Right now, a Mars settlement is an art project, a toy for wealthy dilettantes and enthusiasts, a status display for hipsters about as serious as a furry convention. As a society we have sufficient wealth to allow such extravagances. That is all that can be said for it. Until and unless someone can explain in terms of dollars and cents what opportunity we lost by not going to space, Space!!! will rightly stay a toy, no matter how much that outrages the believers.

In space, no one can hear you yiff.

It does seem to be a certain type of person who gets really into that sort of thing and appears to believe it makes sense. I suppose they are fantasizing about space and other planets like religious believers do in the afterlife or Marxists about communism.
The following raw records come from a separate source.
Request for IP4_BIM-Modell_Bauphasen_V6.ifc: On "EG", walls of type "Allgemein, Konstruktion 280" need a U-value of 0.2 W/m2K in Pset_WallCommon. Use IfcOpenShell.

First a look at what the model holds.

```python
import ifcopenshell
import ifcopenshell.util.element

model = ifcopenshell.open("IP4_BIM-Modell_Bauphasen_V6.ifc")
print(model.schema)
storey = next(s for s in model.by_type("IfcBuildingStorey") if s.Name == "EG")
walls = [e for e in ifcopenshell.util.element.get_decomposition(storey) if e.is_a("IfcWall")]
seen = {}
for e in walls:
    element_type = ifcopenshell.util.element.get_type(e)
    key = (element_type.Name if element_type != e and element_type else None, ifcopenshell.util.element.get_pset(e, "Pset_WallCommon", "ThermalTransmittance"))
    seen[key] = seen.get(key, 0) + 1
for (name, value), count in sorted(seen.items(), key=str):
    print(count, "x", name, "|", value)
```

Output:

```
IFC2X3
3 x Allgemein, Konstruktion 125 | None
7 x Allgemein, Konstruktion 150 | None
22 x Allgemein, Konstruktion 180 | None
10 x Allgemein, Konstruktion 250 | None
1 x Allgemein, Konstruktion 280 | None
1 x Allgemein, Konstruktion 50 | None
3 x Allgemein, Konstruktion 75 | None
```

```python
import ifcopenshell
import ifcopenshell.api.pset
import ifcopenshell.util.element

model = ifcopenshell.open("IP4_BIM-Modell_Bauphasen_V6.ifc")

storey = next(s for s in model.by_type("IfcBuildingStorey") if s.Name == "EG")
walls = [e for e in ifcopenshell.util.element.get_decomposition(storey) if e.is_a("IfcWall")]

count = 0
for e in walls:
    element_type = ifcopenshell.util.element.get_type(e)
    if element_type in (None, e) or element_type.Name != "Allgemein, Konstruktion 280":
        continue
    # add_pset returns the element's existing set when there is one.
    pset = ifcopenshell.api.pset.add_pset(model, product=e, name="Pset_WallCommon")
    ifcopenshell.api.pset.edit_pset(model, pset=pset, properties={"ThermalTransmittance": 0.2})
    count += 1

print(count, "walls updated")

model.write("IP4_BIM-Modell_Bauphasen_V6_v2.ifc")
```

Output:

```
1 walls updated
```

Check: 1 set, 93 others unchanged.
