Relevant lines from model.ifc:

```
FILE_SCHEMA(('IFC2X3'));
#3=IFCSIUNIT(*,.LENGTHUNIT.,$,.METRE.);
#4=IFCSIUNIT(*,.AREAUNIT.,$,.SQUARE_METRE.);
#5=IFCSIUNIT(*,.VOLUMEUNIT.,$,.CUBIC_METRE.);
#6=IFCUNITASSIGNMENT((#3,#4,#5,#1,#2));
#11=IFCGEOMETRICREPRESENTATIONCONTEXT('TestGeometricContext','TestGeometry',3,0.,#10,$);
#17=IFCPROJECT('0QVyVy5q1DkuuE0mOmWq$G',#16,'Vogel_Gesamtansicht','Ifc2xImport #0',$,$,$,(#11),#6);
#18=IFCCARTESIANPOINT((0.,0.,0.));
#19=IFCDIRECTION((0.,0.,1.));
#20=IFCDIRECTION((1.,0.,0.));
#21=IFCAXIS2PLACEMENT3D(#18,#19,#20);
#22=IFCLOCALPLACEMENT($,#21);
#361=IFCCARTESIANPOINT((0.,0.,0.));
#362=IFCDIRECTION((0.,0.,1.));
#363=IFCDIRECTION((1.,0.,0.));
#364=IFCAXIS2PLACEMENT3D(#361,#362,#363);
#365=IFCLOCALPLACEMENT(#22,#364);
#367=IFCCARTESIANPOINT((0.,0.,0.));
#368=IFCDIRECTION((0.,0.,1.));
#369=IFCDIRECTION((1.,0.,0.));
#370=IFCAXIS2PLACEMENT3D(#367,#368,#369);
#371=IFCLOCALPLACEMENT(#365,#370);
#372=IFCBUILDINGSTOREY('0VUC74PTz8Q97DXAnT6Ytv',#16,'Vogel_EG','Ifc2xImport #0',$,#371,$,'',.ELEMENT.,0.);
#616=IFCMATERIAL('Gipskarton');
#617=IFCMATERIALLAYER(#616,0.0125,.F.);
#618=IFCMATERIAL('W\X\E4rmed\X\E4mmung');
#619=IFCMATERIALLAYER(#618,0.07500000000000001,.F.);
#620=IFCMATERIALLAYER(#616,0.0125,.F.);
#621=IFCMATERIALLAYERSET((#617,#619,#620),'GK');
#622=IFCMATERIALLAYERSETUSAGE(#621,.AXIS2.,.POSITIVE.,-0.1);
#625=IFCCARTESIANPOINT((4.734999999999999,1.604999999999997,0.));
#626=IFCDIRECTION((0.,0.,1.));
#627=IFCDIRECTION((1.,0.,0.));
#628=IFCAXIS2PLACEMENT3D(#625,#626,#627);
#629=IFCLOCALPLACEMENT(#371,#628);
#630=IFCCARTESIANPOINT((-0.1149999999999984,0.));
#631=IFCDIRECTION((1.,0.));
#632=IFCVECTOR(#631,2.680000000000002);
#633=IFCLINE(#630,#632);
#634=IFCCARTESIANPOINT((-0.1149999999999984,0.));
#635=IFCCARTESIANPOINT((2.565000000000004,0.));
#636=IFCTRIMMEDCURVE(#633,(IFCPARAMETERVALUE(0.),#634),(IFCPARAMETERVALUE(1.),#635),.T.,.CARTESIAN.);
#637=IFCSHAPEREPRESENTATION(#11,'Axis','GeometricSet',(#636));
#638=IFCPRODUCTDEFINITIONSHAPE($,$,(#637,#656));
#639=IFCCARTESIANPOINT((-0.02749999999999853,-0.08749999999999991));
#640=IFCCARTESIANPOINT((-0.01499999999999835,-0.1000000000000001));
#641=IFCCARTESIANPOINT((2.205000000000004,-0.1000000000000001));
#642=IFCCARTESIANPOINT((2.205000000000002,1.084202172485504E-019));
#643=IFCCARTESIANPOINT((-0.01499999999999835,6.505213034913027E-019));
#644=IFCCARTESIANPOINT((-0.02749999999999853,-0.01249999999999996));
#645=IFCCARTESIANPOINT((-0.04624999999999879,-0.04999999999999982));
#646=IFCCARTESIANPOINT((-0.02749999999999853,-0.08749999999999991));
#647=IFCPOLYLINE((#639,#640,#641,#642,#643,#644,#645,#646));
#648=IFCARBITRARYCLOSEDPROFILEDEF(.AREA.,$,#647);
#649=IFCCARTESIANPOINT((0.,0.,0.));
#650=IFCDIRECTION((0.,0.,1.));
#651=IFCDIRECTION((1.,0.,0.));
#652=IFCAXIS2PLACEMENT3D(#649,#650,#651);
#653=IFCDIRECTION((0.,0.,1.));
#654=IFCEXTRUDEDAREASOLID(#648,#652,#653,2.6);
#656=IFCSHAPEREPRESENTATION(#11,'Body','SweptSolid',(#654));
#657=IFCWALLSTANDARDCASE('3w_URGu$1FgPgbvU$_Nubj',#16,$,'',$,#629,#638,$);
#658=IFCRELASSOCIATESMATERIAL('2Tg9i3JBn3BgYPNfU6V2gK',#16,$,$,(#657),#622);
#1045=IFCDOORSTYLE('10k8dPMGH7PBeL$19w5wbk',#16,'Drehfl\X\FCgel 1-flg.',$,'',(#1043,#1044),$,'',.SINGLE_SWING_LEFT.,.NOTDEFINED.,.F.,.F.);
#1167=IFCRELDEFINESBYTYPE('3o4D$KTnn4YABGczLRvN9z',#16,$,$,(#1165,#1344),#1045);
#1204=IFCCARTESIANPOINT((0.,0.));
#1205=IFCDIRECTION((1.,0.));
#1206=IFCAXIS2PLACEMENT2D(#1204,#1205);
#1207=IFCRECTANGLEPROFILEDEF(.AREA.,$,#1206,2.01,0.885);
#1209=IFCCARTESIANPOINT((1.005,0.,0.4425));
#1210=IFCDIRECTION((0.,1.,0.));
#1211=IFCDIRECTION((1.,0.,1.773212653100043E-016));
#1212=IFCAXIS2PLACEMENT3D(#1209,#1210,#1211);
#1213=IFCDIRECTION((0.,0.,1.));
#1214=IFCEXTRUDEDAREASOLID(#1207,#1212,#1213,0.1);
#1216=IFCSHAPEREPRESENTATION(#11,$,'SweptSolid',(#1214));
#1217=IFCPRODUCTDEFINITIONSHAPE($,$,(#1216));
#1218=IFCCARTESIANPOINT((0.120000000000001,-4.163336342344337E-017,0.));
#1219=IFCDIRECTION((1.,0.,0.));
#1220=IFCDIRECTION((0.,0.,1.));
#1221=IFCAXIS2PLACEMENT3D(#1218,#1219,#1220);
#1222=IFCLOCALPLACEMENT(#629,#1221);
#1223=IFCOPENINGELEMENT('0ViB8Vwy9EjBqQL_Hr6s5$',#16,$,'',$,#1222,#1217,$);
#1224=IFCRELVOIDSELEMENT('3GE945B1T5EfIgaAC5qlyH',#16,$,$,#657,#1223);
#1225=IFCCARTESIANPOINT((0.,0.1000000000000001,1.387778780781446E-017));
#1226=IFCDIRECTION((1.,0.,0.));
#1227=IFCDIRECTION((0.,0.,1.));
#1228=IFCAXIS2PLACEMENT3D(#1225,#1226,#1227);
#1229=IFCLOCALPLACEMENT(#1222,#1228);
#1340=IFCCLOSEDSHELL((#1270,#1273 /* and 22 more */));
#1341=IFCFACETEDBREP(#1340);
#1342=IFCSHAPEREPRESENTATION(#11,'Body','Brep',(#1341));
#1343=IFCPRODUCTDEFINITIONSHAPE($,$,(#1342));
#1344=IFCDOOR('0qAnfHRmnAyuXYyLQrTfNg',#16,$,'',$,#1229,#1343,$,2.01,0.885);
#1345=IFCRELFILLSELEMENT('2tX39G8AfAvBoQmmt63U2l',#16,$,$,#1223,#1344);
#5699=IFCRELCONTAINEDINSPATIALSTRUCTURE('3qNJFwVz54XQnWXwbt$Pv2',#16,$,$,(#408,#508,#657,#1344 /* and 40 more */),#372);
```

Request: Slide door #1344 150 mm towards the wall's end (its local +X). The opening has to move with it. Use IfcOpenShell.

```python
import ifcopenshell
import ifcopenshell.api.geometry
import ifcopenshell.util.placement
import ifcopenshell.util.unit

model = ifcopenshell.open("model.ifc")
unit_scale = ifcopenshell.util.unit.calculate_unit_scale(model)

door = model.by_guid("0qAnfHRmnAyuXYyLQrTfNg")
opening = door.FillsVoids[0].RelatingOpeningElement
wall = opening.VoidsElements[0].RelatingBuildingElement

wall_matrix = ifcopenshell.util.placement.get_local_placement(wall.ObjectPlacement)
shift = wall_matrix[:3, 0] * 0.15 / unit_scale
before = ifcopenshell.util.placement.get_local_placement(door.ObjectPlacement)[:3, 3].copy()

# The door is placed relative to its opening, so it follows when the opening moves.
matrix = ifcopenshell.util.placement.get_local_placement(opening.ObjectPlacement)
matrix[:3, 3] += shift
ifcopenshell.api.geometry.edit_object_placement(
    model, product=opening, matrix=matrix, is_si=False, should_transform_children=True
)

after = ifcopenshell.util.placement.get_local_placement(door.ObjectPlacement)[:3, 3]
print("door moved by", (after - before).round(3) + 0.0)

model.write("model-out.ifc")
```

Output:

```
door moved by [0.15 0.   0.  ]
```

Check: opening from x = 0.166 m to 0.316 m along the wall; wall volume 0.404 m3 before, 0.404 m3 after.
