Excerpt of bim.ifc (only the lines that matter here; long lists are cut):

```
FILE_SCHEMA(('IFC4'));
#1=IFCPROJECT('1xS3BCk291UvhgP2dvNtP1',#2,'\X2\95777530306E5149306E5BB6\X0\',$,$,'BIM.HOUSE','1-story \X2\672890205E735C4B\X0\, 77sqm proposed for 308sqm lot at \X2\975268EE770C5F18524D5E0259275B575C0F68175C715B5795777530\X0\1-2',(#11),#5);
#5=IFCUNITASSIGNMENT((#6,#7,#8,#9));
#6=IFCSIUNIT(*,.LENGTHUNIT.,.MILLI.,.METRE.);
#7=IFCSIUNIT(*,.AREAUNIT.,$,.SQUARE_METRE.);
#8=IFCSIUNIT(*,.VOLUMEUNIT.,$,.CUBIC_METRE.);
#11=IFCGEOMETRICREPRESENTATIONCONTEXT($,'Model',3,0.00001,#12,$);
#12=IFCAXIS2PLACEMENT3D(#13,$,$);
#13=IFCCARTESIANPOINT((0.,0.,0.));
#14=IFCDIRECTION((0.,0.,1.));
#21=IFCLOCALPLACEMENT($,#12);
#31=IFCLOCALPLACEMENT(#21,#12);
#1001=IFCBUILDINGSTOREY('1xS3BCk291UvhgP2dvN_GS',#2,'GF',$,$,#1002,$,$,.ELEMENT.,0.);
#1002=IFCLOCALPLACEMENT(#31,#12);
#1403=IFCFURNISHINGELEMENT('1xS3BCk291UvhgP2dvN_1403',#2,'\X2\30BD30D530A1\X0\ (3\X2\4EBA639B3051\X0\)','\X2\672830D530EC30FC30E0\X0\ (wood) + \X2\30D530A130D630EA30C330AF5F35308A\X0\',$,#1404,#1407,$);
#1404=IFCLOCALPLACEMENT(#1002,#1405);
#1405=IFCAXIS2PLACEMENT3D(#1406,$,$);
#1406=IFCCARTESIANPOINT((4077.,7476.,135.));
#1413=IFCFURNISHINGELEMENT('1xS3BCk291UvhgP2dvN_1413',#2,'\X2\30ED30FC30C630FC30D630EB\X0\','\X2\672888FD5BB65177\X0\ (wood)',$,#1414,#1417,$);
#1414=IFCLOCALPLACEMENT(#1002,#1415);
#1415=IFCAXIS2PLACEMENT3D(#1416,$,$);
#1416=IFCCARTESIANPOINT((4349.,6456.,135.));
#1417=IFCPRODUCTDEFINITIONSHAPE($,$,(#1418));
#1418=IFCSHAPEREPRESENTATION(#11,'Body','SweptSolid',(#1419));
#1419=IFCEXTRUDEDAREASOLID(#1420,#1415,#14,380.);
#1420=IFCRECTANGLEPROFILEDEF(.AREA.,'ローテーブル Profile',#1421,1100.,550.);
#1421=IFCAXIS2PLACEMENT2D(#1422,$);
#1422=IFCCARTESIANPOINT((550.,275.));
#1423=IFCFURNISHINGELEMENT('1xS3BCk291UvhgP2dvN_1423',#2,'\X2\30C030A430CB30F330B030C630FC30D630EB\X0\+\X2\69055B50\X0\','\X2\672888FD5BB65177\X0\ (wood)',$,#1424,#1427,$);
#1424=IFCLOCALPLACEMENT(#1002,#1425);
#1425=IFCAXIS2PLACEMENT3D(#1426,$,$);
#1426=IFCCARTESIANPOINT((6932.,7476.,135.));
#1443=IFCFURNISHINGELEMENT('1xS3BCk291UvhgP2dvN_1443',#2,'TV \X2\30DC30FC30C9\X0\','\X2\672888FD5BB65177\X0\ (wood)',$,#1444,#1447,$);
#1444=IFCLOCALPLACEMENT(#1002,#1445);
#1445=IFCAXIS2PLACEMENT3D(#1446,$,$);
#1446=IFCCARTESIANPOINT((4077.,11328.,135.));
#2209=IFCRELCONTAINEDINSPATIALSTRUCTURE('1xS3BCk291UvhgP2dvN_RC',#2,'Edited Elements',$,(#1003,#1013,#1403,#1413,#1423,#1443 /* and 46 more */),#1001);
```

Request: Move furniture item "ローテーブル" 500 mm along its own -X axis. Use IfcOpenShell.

```python
import ifcopenshell
import ifcopenshell.api.geometry
import ifcopenshell.util.placement
import ifcopenshell.util.unit

model = ifcopenshell.open("bim.ifc")
unit_scale = ifcopenshell.util.unit.calculate_unit_scale(model)

item = model.by_guid("1xS3BCk291UvhgP2dvN_1413")
matrix = ifcopenshell.util.placement.get_local_placement(item.ObjectPlacement)
matrix[:3, 3] -= matrix[:3, 0] * 0.5 / unit_scale
ifcopenshell.api.geometry.edit_object_placement(model, product=item, matrix=matrix, is_si=False)

print(ifcopenshell.util.placement.get_local_placement(item.ObjectPlacement).round(3) + 0.0)

model.write("bim-out.ifc")
```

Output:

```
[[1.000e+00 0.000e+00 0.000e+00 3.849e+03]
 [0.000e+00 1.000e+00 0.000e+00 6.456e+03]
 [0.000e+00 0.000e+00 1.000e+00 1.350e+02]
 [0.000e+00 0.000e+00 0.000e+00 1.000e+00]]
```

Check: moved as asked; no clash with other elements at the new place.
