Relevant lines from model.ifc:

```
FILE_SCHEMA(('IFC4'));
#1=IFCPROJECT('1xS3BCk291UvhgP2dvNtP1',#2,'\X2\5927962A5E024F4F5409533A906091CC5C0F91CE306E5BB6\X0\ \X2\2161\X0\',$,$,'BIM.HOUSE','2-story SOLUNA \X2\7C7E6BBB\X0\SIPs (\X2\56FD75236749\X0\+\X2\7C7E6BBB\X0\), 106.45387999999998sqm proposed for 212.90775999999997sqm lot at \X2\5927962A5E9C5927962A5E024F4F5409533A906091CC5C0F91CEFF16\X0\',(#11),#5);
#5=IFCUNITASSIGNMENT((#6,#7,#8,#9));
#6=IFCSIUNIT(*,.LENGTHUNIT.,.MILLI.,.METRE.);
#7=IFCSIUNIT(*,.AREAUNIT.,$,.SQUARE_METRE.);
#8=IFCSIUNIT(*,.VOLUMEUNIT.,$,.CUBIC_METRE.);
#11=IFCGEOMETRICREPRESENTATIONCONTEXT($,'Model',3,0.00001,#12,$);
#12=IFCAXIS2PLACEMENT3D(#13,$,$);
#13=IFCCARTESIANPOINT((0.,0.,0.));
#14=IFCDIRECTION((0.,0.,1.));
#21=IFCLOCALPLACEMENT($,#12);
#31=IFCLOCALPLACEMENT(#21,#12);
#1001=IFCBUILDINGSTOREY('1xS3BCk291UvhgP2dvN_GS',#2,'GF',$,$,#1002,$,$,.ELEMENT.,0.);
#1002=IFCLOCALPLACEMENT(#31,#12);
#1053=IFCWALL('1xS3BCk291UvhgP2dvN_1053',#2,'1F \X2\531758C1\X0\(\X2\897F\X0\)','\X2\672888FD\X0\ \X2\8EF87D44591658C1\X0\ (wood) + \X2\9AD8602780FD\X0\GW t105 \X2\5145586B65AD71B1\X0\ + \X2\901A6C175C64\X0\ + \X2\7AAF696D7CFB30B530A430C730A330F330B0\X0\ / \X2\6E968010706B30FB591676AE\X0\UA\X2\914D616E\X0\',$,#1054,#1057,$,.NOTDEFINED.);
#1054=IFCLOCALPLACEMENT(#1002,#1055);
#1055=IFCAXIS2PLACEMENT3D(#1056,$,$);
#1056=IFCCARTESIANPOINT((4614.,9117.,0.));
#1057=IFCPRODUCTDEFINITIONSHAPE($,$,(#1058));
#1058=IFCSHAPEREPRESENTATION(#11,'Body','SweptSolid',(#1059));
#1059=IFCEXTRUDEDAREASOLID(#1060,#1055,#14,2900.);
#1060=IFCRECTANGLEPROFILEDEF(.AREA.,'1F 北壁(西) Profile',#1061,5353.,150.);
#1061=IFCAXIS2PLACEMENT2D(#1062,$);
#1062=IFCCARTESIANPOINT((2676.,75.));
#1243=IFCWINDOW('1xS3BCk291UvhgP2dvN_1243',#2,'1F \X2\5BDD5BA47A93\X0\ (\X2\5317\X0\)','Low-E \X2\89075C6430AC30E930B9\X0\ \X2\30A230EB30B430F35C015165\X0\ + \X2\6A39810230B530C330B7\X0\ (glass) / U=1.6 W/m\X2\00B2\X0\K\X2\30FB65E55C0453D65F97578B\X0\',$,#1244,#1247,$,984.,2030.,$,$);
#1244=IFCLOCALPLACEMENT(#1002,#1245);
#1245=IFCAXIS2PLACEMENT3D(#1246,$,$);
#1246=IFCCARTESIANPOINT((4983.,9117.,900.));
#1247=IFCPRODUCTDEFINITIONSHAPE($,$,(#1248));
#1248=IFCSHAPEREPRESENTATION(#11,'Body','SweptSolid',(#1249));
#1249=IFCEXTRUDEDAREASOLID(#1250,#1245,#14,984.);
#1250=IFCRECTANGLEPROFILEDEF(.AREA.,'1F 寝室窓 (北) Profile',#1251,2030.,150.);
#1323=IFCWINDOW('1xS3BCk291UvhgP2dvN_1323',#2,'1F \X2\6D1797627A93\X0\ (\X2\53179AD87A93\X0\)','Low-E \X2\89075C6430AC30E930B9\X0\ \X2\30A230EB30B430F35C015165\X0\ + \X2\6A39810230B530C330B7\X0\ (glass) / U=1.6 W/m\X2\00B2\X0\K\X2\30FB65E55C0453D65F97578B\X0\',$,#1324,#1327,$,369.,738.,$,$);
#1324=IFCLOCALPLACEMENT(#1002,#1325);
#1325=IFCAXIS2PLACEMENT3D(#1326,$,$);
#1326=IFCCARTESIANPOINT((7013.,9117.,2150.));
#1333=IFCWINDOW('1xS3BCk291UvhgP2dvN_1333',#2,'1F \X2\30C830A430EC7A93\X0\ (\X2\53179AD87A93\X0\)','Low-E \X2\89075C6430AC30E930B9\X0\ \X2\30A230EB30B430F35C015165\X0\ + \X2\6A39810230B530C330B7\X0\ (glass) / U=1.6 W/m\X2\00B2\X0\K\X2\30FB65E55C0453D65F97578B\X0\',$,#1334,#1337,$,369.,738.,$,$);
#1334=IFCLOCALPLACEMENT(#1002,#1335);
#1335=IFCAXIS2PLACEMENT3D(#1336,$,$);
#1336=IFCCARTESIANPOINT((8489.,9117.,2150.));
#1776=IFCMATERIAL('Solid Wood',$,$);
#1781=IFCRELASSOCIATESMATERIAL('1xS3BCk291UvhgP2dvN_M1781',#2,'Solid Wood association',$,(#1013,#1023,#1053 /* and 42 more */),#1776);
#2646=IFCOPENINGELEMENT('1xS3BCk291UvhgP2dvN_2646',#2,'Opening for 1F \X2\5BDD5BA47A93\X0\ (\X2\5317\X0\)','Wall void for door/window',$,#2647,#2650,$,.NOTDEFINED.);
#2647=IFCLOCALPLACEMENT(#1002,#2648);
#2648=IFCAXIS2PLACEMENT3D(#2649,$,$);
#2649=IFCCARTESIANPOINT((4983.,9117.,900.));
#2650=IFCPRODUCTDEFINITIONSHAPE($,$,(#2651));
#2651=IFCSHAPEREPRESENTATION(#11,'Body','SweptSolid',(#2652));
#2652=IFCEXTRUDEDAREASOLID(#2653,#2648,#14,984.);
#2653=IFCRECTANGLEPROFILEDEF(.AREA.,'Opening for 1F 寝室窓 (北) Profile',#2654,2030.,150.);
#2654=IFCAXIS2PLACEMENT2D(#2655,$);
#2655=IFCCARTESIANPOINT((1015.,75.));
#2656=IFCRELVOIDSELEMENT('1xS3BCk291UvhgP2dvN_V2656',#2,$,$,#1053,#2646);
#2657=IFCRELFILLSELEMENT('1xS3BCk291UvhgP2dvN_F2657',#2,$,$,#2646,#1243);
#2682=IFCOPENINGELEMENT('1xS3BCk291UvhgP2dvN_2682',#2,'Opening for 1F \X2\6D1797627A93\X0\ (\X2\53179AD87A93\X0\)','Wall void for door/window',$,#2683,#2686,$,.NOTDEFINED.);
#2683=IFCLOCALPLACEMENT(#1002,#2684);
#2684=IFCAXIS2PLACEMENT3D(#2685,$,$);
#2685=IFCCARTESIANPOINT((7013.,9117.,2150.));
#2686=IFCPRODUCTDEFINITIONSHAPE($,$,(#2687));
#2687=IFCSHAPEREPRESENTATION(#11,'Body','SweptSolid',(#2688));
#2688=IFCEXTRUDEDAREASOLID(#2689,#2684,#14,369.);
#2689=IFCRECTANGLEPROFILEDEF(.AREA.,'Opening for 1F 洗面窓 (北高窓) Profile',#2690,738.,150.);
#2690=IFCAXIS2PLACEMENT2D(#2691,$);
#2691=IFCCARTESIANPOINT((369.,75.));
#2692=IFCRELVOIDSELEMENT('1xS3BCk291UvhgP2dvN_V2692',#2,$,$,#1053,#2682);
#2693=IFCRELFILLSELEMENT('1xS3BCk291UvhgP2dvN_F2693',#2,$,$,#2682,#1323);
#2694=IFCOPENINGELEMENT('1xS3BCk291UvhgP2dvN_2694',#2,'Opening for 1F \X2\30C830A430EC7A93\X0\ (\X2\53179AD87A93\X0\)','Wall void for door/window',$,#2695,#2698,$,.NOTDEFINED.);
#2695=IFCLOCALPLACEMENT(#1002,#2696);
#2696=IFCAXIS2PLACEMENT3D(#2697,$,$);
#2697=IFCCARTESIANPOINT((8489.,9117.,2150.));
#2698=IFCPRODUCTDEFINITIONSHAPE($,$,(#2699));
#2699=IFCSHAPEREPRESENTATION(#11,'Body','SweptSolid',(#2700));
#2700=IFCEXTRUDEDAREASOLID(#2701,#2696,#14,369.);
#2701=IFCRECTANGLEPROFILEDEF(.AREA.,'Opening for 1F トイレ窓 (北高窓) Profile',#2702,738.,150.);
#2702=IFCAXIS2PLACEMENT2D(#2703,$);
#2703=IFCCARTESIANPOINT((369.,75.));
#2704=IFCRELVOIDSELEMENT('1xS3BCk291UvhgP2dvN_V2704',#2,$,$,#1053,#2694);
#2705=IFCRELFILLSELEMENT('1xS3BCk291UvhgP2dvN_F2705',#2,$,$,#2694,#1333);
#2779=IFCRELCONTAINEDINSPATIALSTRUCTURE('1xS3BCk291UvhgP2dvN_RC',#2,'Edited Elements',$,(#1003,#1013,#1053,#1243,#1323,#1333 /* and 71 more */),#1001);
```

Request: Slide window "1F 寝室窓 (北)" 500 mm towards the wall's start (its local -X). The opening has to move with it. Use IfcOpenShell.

```python
import ifcopenshell
import ifcopenshell.api.geometry
import ifcopenshell.util.placement
import ifcopenshell.util.unit

model = ifcopenshell.open("model.ifc")
unit_scale = ifcopenshell.util.unit.calculate_unit_scale(model)

window = model.by_guid("1xS3BCk291UvhgP2dvN_1243")
opening = window.FillsVoids[0].RelatingOpeningElement
wall = opening.VoidsElements[0].RelatingBuildingElement

wall_matrix = ifcopenshell.util.placement.get_local_placement(wall.ObjectPlacement)
shift = wall_matrix[:3, 0] * -0.5 / unit_scale
before = ifcopenshell.util.placement.get_local_placement(window.ObjectPlacement)[:3, 3].copy()

# The window is not placed relative to its opening, so move both.
for product in (opening, window):
    matrix = ifcopenshell.util.placement.get_local_placement(product.ObjectPlacement)
    matrix[:3, 3] += shift
    ifcopenshell.api.geometry.edit_object_placement(model, product=product, matrix=matrix, is_si=False)

after = ifcopenshell.util.placement.get_local_placement(window.ObjectPlacement)[:3, 3]
print("window moved by", (after - before).round(3) + 0.0)

model.write("model-out.ifc")
```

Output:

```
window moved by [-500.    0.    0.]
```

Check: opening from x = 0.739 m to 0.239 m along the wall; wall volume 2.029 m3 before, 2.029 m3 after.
And if you’re going to fantasize, why not go big?
So, yeah, the main question is whether the MarsOne people are fools or knaves.
It is fun to think about, though, isn’t it? It makes for great movies and video games.

Stranger, if you’re reading this, I’m sure you’ve thought and read about what it would take to sustain life on Mars. I have a similar question I’d quite like your input on if you’d indulge me: What would a post-apocalyptic shelter need for very long term life support? - Factual Questions - Straight Dope Message Board

Appreciate the responses. Stunned by how quick i got all these answers!

It fact, it’s probably in the ballpark of what would be required to create such a colony in Antarctica, given that all transport be done by rocket.